'''

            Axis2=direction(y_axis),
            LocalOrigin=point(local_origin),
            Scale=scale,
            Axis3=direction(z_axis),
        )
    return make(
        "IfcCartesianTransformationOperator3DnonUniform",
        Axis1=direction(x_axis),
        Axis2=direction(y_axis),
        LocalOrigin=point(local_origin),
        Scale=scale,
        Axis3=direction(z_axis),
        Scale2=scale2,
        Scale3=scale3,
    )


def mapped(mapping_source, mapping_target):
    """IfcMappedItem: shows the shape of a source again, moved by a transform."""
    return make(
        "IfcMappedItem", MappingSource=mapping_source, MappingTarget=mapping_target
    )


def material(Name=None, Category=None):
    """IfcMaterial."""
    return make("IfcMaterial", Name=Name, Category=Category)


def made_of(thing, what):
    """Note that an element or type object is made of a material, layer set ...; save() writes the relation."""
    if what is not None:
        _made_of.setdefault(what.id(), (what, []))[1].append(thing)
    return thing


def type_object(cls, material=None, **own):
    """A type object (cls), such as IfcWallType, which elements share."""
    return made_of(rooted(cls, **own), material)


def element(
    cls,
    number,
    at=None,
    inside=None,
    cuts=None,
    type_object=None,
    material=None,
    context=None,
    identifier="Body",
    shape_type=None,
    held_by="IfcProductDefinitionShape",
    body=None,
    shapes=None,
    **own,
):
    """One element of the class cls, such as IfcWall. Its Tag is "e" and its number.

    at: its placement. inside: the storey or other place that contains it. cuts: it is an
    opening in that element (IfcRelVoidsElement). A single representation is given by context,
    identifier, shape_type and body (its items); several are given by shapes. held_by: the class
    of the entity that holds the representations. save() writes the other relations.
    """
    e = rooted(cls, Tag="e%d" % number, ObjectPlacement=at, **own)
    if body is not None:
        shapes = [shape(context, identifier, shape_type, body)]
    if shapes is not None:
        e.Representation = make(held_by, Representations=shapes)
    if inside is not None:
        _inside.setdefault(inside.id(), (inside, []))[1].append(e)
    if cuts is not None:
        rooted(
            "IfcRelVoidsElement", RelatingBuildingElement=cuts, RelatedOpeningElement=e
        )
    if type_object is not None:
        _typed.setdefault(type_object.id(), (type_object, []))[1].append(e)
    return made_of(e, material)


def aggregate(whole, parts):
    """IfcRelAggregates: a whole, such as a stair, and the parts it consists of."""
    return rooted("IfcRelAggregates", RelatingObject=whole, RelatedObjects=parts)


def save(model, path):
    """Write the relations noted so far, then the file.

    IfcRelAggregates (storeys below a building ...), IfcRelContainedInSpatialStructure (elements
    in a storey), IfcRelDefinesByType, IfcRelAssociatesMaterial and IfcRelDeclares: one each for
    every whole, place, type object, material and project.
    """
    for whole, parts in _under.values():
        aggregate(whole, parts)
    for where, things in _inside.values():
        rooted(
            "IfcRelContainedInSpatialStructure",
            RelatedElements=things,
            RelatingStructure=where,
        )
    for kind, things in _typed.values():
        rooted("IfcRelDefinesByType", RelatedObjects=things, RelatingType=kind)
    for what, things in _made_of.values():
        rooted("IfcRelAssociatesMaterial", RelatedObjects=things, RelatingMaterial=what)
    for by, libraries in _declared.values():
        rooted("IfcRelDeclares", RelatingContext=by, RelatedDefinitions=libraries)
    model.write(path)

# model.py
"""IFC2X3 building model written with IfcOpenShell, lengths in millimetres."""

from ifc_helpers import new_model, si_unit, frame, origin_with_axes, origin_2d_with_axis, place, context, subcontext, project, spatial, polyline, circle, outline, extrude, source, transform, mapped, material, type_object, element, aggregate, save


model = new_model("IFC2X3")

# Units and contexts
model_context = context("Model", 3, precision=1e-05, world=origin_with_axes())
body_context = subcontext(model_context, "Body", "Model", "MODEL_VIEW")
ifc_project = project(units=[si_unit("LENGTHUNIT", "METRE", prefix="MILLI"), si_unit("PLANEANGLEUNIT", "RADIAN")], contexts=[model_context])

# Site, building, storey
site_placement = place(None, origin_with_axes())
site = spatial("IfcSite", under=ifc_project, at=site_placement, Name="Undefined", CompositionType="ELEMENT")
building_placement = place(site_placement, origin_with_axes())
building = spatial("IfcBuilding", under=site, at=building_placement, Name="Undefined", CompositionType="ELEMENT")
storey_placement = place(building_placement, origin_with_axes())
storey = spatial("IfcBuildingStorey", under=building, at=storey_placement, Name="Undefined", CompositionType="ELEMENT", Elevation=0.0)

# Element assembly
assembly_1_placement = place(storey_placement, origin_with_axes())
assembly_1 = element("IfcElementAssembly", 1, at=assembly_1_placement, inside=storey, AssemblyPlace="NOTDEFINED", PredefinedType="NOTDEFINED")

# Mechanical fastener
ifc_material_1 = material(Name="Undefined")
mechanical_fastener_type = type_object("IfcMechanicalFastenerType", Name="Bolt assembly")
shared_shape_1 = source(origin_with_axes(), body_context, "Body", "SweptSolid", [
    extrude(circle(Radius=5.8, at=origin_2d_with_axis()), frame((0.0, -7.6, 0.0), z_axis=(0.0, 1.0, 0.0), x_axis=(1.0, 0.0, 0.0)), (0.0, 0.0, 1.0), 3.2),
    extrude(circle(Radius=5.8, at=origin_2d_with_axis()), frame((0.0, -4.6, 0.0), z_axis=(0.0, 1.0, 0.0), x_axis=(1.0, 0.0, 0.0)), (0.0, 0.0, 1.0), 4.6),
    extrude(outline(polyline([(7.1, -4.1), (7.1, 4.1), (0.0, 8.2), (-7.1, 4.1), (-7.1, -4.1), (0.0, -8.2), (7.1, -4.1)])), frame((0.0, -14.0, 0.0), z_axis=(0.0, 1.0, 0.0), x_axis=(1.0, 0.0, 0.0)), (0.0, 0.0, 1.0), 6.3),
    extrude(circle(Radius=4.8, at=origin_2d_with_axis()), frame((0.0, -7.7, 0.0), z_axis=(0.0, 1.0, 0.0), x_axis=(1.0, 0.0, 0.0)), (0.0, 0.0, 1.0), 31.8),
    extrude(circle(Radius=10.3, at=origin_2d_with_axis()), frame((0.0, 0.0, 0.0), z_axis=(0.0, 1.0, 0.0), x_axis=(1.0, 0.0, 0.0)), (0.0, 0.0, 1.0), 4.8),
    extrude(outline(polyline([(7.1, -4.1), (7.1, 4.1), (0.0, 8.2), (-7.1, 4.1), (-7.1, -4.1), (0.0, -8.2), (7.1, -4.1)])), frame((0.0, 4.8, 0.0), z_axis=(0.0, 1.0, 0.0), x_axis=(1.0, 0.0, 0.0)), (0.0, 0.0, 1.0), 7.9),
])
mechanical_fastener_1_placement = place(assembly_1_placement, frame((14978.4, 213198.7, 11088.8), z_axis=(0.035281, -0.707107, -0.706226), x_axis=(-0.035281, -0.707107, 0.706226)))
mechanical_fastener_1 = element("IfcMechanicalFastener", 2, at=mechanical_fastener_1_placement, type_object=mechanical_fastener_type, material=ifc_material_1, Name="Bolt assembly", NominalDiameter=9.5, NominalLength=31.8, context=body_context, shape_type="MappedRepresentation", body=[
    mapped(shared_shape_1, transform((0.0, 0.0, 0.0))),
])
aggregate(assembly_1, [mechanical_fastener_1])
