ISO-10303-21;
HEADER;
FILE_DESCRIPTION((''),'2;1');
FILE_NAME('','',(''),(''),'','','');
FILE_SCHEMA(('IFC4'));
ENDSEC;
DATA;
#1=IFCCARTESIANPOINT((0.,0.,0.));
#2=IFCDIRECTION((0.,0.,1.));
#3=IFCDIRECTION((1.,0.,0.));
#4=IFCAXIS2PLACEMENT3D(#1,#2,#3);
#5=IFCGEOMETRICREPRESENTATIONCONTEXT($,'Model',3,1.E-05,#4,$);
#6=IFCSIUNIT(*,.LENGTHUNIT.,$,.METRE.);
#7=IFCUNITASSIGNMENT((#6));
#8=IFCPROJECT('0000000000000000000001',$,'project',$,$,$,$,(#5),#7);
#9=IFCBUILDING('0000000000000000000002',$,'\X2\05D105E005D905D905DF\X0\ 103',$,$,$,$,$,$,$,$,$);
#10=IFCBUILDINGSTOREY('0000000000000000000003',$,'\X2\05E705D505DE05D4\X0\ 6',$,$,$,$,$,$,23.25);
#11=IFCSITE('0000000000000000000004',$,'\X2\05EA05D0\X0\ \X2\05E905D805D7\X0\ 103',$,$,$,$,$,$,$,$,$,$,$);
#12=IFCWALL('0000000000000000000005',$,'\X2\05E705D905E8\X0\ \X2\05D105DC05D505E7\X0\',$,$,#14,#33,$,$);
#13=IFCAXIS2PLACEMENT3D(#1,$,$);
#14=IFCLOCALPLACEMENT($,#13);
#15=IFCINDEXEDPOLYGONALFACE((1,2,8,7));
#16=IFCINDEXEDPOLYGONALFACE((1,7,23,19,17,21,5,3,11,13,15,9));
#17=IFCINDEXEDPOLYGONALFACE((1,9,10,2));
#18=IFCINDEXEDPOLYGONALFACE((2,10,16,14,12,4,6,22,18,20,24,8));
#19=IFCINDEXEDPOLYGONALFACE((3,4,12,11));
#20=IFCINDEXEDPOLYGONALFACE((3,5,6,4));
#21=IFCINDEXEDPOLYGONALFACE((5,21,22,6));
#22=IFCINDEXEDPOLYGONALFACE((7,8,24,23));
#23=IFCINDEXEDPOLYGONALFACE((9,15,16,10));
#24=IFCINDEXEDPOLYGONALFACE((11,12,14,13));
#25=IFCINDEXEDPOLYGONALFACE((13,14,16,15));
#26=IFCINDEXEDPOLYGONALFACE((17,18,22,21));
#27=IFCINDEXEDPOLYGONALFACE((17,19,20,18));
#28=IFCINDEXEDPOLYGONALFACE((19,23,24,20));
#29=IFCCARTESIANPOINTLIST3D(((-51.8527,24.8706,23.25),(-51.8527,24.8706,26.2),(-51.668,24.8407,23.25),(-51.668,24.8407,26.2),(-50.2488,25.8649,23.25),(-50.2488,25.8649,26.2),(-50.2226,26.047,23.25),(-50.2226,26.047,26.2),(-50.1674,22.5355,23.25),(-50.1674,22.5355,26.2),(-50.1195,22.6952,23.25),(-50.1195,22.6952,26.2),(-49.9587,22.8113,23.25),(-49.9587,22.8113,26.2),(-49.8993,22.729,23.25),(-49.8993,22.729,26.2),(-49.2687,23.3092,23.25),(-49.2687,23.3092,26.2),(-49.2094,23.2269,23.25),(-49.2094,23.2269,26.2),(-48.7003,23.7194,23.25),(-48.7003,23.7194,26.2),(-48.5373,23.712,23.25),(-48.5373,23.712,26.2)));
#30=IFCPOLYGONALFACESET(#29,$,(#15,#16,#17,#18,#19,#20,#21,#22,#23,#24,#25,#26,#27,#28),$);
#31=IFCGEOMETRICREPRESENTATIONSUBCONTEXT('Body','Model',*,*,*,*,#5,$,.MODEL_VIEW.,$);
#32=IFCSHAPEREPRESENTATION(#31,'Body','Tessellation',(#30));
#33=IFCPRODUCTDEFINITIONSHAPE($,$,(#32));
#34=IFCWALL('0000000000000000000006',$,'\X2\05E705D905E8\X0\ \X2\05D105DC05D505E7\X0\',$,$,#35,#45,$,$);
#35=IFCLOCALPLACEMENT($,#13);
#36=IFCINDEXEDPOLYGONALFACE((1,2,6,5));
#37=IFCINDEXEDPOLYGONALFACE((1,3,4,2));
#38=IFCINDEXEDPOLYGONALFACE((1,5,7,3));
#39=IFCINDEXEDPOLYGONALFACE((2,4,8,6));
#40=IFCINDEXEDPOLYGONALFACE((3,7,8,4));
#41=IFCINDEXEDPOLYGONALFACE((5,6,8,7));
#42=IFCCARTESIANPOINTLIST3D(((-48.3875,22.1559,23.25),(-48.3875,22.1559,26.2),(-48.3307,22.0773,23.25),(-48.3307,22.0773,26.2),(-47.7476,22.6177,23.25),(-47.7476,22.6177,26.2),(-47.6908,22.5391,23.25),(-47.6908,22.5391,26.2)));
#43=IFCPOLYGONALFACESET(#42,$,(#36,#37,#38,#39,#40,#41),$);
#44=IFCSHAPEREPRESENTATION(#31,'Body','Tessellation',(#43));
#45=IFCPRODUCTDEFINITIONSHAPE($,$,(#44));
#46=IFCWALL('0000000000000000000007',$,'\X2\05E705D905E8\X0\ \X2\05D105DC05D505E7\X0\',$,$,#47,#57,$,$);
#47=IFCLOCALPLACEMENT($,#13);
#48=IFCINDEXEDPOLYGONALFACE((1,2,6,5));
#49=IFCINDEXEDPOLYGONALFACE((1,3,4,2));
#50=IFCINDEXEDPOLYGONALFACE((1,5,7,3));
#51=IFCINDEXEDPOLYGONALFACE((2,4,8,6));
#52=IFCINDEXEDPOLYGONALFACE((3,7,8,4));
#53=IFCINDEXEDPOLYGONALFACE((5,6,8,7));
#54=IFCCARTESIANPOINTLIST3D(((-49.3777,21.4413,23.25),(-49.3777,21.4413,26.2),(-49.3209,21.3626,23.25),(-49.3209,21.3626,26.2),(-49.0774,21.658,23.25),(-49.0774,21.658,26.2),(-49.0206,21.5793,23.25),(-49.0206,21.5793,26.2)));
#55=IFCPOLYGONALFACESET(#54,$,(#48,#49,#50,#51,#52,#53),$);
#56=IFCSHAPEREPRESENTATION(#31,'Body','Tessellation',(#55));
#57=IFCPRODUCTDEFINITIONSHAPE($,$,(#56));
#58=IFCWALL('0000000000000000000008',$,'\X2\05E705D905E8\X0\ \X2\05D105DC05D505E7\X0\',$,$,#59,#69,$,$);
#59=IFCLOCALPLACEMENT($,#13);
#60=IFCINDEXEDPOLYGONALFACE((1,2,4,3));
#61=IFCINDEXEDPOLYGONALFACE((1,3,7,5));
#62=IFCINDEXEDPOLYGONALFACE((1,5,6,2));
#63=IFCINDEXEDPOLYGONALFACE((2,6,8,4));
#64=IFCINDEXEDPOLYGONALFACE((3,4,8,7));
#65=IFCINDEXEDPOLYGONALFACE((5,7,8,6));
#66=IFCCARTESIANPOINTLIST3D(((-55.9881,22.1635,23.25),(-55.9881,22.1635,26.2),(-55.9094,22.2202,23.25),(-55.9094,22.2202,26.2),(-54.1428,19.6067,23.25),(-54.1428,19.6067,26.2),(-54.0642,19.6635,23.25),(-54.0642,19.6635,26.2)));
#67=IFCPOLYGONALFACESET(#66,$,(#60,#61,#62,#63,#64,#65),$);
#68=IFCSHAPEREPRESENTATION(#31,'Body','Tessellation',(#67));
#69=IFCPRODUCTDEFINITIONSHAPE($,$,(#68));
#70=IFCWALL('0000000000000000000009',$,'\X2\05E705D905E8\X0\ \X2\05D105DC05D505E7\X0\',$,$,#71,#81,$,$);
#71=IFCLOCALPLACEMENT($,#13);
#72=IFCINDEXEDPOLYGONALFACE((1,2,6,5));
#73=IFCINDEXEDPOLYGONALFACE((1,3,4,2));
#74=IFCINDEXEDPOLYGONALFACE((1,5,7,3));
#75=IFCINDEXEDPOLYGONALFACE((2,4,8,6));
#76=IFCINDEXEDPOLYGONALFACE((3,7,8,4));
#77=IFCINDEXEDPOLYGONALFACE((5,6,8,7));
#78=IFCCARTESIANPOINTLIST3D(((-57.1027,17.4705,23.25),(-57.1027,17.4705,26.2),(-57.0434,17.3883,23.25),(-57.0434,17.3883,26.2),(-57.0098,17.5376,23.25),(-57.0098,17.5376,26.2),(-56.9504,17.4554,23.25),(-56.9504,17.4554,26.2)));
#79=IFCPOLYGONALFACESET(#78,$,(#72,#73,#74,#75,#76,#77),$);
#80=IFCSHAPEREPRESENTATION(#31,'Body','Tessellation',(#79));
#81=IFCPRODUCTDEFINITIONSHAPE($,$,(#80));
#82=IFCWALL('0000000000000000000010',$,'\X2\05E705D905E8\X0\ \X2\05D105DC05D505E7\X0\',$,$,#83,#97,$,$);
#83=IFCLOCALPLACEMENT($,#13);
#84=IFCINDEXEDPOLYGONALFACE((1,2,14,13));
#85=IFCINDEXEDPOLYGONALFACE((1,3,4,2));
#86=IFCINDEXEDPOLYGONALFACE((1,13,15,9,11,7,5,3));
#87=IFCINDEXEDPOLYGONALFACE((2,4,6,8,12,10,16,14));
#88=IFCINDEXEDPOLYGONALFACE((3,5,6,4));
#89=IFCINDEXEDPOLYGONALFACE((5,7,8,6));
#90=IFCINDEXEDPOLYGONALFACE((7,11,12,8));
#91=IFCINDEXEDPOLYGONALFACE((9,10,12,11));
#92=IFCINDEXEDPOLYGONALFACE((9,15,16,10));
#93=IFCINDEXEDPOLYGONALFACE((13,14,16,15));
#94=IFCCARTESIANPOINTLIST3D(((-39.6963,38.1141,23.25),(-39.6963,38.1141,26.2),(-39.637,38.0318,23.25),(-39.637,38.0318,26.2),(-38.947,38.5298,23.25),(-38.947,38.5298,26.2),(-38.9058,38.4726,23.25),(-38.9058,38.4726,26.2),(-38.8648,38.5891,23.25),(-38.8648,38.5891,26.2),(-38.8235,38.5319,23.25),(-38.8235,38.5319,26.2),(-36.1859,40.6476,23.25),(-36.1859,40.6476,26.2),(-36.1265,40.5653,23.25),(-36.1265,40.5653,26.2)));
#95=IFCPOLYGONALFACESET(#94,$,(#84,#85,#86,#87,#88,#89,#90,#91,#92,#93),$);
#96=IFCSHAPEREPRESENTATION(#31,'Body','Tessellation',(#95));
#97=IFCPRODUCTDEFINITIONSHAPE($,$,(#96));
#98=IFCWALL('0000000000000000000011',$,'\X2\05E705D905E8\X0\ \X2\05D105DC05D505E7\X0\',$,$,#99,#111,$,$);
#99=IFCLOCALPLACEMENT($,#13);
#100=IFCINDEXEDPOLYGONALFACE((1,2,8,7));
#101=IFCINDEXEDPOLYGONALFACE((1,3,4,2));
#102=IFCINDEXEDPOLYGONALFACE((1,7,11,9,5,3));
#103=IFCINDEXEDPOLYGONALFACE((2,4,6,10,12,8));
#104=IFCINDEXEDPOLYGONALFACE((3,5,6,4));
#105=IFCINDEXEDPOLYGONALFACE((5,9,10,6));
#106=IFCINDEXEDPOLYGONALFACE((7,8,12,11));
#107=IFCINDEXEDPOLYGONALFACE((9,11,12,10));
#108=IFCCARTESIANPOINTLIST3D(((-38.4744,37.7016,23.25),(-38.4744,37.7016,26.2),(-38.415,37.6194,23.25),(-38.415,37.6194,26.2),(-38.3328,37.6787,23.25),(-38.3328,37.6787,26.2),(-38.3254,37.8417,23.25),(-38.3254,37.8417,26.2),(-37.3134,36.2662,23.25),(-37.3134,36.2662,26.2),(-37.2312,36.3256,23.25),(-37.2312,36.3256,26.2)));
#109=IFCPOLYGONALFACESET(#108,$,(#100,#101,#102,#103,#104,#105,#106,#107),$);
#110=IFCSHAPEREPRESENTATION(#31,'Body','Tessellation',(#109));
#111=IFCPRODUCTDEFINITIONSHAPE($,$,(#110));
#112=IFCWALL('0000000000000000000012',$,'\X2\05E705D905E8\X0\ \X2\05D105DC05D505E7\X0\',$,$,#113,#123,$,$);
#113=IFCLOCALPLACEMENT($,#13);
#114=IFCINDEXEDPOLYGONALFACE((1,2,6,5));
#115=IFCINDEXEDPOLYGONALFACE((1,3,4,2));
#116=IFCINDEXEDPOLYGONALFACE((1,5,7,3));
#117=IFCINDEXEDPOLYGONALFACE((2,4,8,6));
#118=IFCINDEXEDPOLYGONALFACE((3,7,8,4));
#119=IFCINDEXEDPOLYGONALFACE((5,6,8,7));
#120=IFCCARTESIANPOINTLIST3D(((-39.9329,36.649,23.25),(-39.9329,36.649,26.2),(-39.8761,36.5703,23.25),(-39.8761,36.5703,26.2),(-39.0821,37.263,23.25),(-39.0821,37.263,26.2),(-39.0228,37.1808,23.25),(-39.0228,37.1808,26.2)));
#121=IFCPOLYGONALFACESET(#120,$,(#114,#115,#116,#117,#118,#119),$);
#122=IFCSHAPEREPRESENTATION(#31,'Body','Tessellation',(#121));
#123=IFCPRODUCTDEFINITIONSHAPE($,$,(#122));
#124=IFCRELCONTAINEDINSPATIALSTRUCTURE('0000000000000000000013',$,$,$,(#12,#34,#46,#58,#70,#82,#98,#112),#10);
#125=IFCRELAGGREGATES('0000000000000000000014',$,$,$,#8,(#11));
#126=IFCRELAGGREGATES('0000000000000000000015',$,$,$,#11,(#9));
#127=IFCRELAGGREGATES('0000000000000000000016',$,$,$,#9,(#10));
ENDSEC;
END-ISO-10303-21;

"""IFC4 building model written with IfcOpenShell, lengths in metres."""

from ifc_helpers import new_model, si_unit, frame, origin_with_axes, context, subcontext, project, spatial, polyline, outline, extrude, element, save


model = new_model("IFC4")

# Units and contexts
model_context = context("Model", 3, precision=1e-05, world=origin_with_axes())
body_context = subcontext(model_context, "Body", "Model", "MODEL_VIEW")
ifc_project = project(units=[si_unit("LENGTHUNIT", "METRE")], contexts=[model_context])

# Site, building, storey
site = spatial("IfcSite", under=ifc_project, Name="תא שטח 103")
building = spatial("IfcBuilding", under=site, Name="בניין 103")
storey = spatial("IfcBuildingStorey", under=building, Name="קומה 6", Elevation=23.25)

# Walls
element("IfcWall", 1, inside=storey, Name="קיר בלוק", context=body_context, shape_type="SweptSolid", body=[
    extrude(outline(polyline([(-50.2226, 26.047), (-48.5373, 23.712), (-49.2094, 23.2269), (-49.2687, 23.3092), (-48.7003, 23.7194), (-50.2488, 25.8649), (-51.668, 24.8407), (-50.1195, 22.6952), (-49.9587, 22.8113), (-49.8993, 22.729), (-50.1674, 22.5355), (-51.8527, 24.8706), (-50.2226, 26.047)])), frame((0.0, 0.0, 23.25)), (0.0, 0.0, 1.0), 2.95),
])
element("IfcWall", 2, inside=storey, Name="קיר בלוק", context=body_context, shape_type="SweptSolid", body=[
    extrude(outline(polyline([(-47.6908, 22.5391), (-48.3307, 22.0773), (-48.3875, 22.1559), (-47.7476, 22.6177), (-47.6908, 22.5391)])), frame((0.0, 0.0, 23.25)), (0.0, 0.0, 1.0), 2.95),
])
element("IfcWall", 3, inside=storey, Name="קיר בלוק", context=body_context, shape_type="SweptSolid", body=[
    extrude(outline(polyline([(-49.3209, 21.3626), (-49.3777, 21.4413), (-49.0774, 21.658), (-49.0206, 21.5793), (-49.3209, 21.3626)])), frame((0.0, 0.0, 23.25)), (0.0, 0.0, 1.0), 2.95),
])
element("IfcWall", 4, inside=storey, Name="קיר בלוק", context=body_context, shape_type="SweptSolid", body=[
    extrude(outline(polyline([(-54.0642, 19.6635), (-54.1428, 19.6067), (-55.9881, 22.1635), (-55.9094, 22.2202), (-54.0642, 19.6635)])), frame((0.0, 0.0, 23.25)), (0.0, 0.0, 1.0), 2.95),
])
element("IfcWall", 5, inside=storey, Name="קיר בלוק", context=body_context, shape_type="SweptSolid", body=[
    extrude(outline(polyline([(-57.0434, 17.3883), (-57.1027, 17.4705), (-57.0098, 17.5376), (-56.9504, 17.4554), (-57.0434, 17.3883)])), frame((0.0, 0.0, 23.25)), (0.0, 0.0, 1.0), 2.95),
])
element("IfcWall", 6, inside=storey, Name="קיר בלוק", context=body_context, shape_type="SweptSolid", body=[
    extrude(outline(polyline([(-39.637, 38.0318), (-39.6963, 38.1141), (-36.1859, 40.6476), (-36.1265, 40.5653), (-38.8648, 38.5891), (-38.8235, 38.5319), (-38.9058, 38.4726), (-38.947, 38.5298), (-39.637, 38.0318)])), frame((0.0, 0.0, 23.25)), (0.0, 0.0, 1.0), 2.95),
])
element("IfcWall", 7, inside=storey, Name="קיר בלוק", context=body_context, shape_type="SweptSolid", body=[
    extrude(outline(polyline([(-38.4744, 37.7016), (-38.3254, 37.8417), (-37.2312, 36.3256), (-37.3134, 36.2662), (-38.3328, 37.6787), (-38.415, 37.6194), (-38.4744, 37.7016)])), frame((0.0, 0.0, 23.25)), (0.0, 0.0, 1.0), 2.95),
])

'''

> WORK TASK
Please go through the listing and return each line that has "LocalOrigin" in it.

> EXERCISE RESULT
            LocalOrigin=point(local_origin),
        LocalOrigin=point(local_origin),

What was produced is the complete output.